Collected data
-- Opening Marker --

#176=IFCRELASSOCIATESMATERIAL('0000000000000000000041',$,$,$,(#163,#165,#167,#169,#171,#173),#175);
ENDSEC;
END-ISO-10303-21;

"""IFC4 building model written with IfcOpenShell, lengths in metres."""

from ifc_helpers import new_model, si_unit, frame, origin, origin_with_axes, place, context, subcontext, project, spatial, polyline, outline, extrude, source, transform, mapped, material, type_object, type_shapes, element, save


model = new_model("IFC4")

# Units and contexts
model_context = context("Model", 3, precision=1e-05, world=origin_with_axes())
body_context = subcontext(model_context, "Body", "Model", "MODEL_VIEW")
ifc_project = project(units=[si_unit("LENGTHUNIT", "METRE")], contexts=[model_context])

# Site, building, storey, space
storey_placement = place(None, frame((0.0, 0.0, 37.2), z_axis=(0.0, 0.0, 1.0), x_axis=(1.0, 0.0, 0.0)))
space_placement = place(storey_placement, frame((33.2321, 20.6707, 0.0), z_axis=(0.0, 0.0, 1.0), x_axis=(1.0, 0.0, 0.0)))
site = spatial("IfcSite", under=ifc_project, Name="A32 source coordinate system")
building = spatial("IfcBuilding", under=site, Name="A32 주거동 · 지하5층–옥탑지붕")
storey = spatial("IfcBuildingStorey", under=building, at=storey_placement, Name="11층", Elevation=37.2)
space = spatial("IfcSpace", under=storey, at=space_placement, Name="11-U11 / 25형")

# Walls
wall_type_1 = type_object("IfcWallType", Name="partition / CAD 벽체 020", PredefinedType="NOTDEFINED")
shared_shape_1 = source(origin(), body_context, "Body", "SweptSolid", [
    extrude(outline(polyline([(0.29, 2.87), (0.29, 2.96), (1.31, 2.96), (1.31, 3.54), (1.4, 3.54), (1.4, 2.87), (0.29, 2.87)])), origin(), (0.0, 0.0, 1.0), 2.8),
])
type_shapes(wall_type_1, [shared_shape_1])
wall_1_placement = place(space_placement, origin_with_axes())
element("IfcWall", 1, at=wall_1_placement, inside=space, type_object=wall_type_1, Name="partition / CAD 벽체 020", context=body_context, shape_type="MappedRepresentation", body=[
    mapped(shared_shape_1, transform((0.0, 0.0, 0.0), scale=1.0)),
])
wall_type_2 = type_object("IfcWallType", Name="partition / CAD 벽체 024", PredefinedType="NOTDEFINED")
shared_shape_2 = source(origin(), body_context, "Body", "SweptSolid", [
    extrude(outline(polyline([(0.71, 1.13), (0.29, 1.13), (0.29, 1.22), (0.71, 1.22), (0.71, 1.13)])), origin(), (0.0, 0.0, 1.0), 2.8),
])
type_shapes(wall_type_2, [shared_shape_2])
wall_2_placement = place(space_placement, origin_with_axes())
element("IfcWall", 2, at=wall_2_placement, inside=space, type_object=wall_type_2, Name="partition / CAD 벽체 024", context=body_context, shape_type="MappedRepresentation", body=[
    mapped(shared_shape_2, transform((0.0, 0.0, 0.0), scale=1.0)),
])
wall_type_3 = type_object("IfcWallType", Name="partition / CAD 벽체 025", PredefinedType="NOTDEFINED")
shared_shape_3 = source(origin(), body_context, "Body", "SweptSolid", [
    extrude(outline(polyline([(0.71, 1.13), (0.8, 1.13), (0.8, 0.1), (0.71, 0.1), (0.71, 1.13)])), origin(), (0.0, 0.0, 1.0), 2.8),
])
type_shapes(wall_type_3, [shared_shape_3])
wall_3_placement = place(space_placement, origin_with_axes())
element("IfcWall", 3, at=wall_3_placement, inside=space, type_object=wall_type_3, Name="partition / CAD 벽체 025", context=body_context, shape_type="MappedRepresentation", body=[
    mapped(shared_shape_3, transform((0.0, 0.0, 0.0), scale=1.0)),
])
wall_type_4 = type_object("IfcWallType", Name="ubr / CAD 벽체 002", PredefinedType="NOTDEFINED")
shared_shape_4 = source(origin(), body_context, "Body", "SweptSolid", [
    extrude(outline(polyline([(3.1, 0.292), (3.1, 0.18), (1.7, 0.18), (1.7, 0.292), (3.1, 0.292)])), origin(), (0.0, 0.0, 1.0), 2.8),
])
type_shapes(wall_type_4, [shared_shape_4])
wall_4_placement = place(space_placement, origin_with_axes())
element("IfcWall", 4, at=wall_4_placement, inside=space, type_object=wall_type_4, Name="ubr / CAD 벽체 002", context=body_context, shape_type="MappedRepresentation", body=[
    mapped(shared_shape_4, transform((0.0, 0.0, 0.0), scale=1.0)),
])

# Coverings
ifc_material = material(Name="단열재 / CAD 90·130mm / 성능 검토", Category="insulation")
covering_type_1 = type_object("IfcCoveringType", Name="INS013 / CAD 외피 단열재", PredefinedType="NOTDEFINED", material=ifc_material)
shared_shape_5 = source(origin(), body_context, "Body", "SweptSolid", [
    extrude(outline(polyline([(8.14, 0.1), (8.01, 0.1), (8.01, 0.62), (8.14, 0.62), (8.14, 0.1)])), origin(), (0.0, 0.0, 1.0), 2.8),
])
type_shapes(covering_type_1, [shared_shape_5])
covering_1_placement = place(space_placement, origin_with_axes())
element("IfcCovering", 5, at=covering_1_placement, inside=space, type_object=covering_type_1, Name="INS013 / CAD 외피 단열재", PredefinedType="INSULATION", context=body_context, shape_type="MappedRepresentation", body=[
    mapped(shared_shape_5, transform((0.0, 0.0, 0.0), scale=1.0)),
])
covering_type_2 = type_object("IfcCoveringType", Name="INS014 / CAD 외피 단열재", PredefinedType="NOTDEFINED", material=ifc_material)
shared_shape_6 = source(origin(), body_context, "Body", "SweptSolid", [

-- Closing Marker --

- [What you will do]
Repeat each entry above, keeping every word exact.

- [Result for this task]
#176=IFCRELASSOCIATESMATERIAL('0000000000000000000041',$,$,$,(#163,#165,#167,#169,#171,#173),#175);
ENDSEC;
END-ISO-10303-21;

"""IFC4 building model written with IfcOpenShell, lengths in metres."""

from ifc_helpers import new_model, si_unit, frame, origin, origin_with_axes, place, context, subcontext, project, spatial, polyline, outline, extrude, source, transform, mapped, material, type_object, type_shapes, element, save


model = new_model("IFC4")

# Units and contexts
model_context = context("Model", 3, precision=1e-05, world=origin_with_axes())
body_context = subcontext(model_context, "Body", "Model", "MODEL_VIEW")
ifc_project = project(units=[si_unit("LENGTHUNIT", "METRE")], contexts=[model_context])

# Site, building, storey, space
storey_placement = place(None, frame((0.0, 0.0, 37.2), z_axis=(0.0, 0.0, 1.0), x_axis=(1.0, 0.0, 0.0)))
space_placement = place(storey_placement, frame((33.2321, 20.6707, 0.0), z_axis=(0.0, 0.0, 1.0), x_axis=(1.0, 0.0, 0.0)))
site = spatial("IfcSite", under=ifc_project, Name="A32 source coordinate system")
building = spatial("IfcBuilding", under=site, Name="A32 주거동 · 지하5층–옥탑지붕")
storey = spatial("IfcBuildingStorey", under=building, at=storey_placement, Name="11층", Elevation=37.2)
space = spatial("IfcSpace", under=storey, at=space_placement, Name="11-U11 / 25형")

# Walls
wall_type_1 = type_object("IfcWallType", Name="partition / CAD 벽체 020", PredefinedType="NOTDEFINED")
shared_shape_1 = source(origin(), body_context, "Body", "SweptSolid", [
    extrude(outline(polyline([(0.29, 2.87), (0.29, 2.96), (1.31, 2.96), (1.31, 3.54), (1.4, 3.54), (1.4, 2.87), (0.29, 2.87)])), origin(), (0.0, 0.0, 1.0), 2.8),
])
type_shapes(wall_type_1, [shared_shape_1])
wall_1_placement = place(space_placement, origin_with_axes())
element("IfcWall", 1, at=wall_1_placement, inside=space, type_object=wall_type_1, Name="partition / CAD 벽체 020", context=body_context, shape_type="MappedRepresentation", body=[
    mapped(shared_shape_1, transform((0.0, 0.0, 0.0), scale=1.0)),
])
wall_type_2 = type_object("IfcWallType", Name="partition / CAD 벽체 024", PredefinedType="NOTDEFINED")
shared_shape_2 = source(origin(), body_context, "Body", "SweptSolid", [
    extrude(outline(polyline([(0.71, 1.13), (0.29, 1.13), (0.29, 1.22), (0.71, 1.22), (0.71, 1.13)])), origin(), (0.0, 0.0, 1.0), 2.8),
])
type_shapes(wall_type_2, [shared_shape_2])
wall_2_placement = place(space_placement, origin_with_axes())
element("IfcWall", 2, at=wall_2_placement, inside=space, type_object=wall_type_2, Name="partition / CAD 벽체 024", context=body_context, shape_type="MappedRepresentation", body=[
    mapped(shared_shape_2, transform((0.0, 0.0, 0.0), scale=1.0)),
])
wall_type_3 = type_object("IfcWallType", Name="partition / CAD 벽체 025", PredefinedType="NOTDEFINED")
shared_shape_3 = source(origin(), body_context, "Body", "SweptSolid", [
    extrude(outline(polyline([(0.71, 1.13), (0.8, 1.13), (0.8, 0.1), (0.71, 0.1), (0.71, 1.13)])), origin(), (0.0, 0.0, 1.0), 2.8),
])
type_shapes(wall_type_3, [shared_shape_3])
wall_3_placement = place(space_placement, origin_with_axes())
element("IfcWall", 3, at=wall_3_placement, inside=space, type_object=wall_type_3, Name="partition / CAD 벽체 025", context=body_context, shape_type="MappedRepresentation", body=[
    mapped(shared_shape_3, transform((0.0, 0.0, 0.0), scale=1.0)),
])
wall_type_4 = type_object("IfcWallType", Name="ubr / CAD 벽체 002", PredefinedType="NOTDEFINED")
shared_shape_4 = source(origin(), body_context, "Body", "SweptSolid", [
    extrude(outline(polyline([(3.1, 0.292), (3.1, 0.18), (1.7, 0.18), (1.7, 0.292), (3.1, 0.292)])), origin(), (0.0, 0.0, 1.0), 2.8),
])
type_shapes(wall_type_4, [shared_shape_4])
wall_4_placement = place(space_placement, origin_with_axes())
element("IfcWall", 4, at=wall_4_placement, inside=space, type_object=wall_type_4, Name="ubr / CAD 벽체 002", context=body_context, shape_type="MappedRepresentation", body=[
    mapped(shared_shape_4, transform((0.0, 0.0, 0.0), scale=1.0)),
])

# Coverings
ifc_material = material(Name="단열재 / CAD 90·130mm / 성능 검토", Category="insulation")
covering_type_1 = type_object("IfcCoveringType", Name="INS013 / CAD 외피 단열재", PredefinedType="NOTDEFINED", material=ifc_material)
shared_shape_5 = source(origin(), body_context, "Body", "SweptSolid", [
    extrude(outline(polyline([(8.14, 0.1), (8.01, 0.1), (8.01, 0.62), (8.14, 0.62), (8.14, 0.1)])), origin(), (0.0, 0.0, 1.0), 2.8),
])
type_shapes(covering_type_1, [shared_shape_5])
covering_1_placement = place(space_placement, origin_with_axes())
element("IfcCovering", 5, at=covering_1_placement, inside=space, type_object=covering_type_1, Name="INS013 / CAD 외피 단열재", PredefinedType="INSULATION", context=body_context, shape_type="MappedRepresentation", body=[
    mapped(shared_shape_5, transform((0.0, 0.0, 0.0), scale=1.0)),
])
covering_type_2 = type_object("IfcCoveringType", Name="INS014 / CAD 외피 단열재", PredefinedType="NOTDEFINED", material=ifc_material)
shared_shape_6 = source(origin(), body_context, "Body", "SweptSolid", [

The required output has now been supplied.